THE INPUT Block Start

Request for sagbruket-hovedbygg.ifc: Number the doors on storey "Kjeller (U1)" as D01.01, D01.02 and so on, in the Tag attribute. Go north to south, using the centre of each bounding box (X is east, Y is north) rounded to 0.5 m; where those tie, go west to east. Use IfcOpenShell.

First a look at what the model holds.

```python
import ifcopenshell
import ifcopenshell.util.element
import ifcopenshell.util.placement

model = ifcopenshell.open("sagbruket-hovedbygg.ifc")
print(model.schema)
storey = next(s for s in model.by_type("IfcBuildingStorey") if s.Name == "Kjeller (U1)")
doors = [e for e in ifcopenshell.util.element.get_decomposition(storey) if e.is_a("IfcDoor")]
for e in sorted(doors, key=lambda e: e.id()):
    origin = ifcopenshell.util.placement.get_local_placement(e.ObjectPlacement)[:3, 3]
    print(e.id(), e.Tag, e.Name, origin.round(2) + 0.0, sep=" | ")
```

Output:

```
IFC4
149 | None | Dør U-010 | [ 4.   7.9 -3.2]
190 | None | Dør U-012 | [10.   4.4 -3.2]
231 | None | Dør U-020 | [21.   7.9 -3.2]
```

```python
import ifcopenshell
import ifcopenshell.geom
import ifcopenshell.util.element
import ifcopenshell.util.shape

model = ifcopenshell.open("sagbruket-hovedbygg.ifc")
settings = ifcopenshell.geom.settings()
settings.set("use-world-coords", True)


def centre(element):
    shape = ifcopenshell.geom.create_shape(settings, element)
    return ifcopenshell.util.shape.get_bbox_centroid(shape.geometry)


storey = next(s for s in model.by_type("IfcBuildingStorey") if s.Name == "Kjeller (U1)")
doors = [e for e in ifcopenshell.util.element.get_decomposition(storey) if e.is_a("IfcDoor")]

# Insertion points can sit at a corner or the storey origin, so sort by the geometry (in metres).
centres = {e: centre(e) for e in doors}
doors.sort(key=lambda e: (-round(centres[e][1] / 0.5), centres[e][0]))

for i, e in enumerate(doors, start=1):
    number = f"D01.{i:02d}"
    e.Tag = number
    print(e.id(), number)

model.write("sagbruket-hovedbygg-out.ifc")
```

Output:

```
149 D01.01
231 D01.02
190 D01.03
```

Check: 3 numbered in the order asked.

THE INPUT Block End

__TASK DESCRIPTION__:
Some lines in the data above hold the string "None". Find and copy each of them.

__RESPONSE BOX__:
149 | None | Dør U-010 | [ 4.   7.9 -3.2]
190 | None | Dør U-012 | [10.   4.4 -3.2]
231 | None | Dør U-020 | [21.   7.9 -3.2]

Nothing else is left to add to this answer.